Autonomous driving can be limited by only using sensors if the sensor is blocked by sudden changes in surrounding environments or large features such as heavy vehicles. In order to overcome the limitations, the precise road-map has been used additionally. This study was conducted to segment and classify road objects using 3D point cloud data acquired by terrestrial mobile mapping system provided by National Geographic Information Institute.
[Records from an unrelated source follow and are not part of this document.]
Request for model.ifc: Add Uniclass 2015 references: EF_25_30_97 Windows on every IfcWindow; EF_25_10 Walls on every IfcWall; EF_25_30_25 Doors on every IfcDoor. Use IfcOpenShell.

First a look at what the model holds.

```python
import ifcopenshell

model = ifcopenshell.open("model.ifc")
print(model.schema)
print("classifications:", [c.Name for c in model.by_type("IfcClassification")])
for ifc_class in ("IfcDoor", "IfcRoof", "IfcStair", "IfcWall", "IfcWindow"):
    print(ifc_class, len(model.by_type(ifc_class)))
```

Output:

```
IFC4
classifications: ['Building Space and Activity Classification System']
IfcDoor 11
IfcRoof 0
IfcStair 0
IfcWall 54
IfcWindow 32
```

```python
import ifcopenshell
import ifcopenshell.api.classification

model = ifcopenshell.open("model.ifc")

system = ifcopenshell.api.classification.add_classification(model, classification="Uniclass 2015")

codes = {
    "IfcWindow": ("EF_25_30_97", "Windows"),
    "IfcWall": ("EF_25_10", "Walls"),
    "IfcDoor": ("EF_25_30_25", "Doors"),
}
for ifc_class, (code, name) in codes.items():
    products = model.by_type(ifc_class)
    ifcopenshell.api.classification.add_reference(
        model, products=products, classification=system, identification=code, name=name
    )
    print(code, len(products))

model.write("model_v2.ifc")
```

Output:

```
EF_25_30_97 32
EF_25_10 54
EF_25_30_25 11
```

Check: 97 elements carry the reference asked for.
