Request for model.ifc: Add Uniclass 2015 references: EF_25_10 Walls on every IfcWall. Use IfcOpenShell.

First a look at what the model holds.

```python
import ifcopenshell

model = ifcopenshell.open("model.ifc")
print(model.schema)
print("classifications:", [c.Name for c in model.by_type("IfcClassification")])
for ifc_class in ("IfcDoor", "IfcRoof", "IfcStair", "IfcWall", "IfcWindow"):
    print(ifc_class, len(model.by_type(ifc_class)))
```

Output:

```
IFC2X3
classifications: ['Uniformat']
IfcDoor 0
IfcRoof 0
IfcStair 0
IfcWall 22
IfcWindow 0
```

```python
import ifcopenshell
import ifcopenshell.api.classification

model = ifcopenshell.open("model.ifc")

# IFC2X3 requires Source and Edition and has no link from the project to the system.
system = model.create_entity("IfcClassification", Source="NBS", Edition="2015", Name="Uniclass 2015")

codes = {
    "IfcWall": ("EF_25_10", "Walls"),
}
for ifc_class, (code, name) in codes.items():
    products = model.by_type(ifc_class)
    ifcopenshell.api.classification.add_reference(
        model, products=products, classification=system, identification=code, name=name
    )
    print(code, len(products))

model.write("model_v2.ifc")
```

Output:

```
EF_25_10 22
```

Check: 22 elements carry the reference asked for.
For this study, the original 3D point cloud data were pre-processed and a filtering technique was selected to separate the ground and non-ground points. In addition, the road objects corresponding to the lanes, the street lights, the safety fences were initially segmented, and then the objects were classified using the support vector machine which is a kind of machine learning. For the training data for supervised classification, only the geometric elements and the height information using the eigenvalues extracted from the road objects were used. The overall accuracy of the classification results was 87% and the kappa coefficient was 0.795. It is expected that classification accuracy will be increased if various classification items are added not only geometric elements for classifying road objects in the future.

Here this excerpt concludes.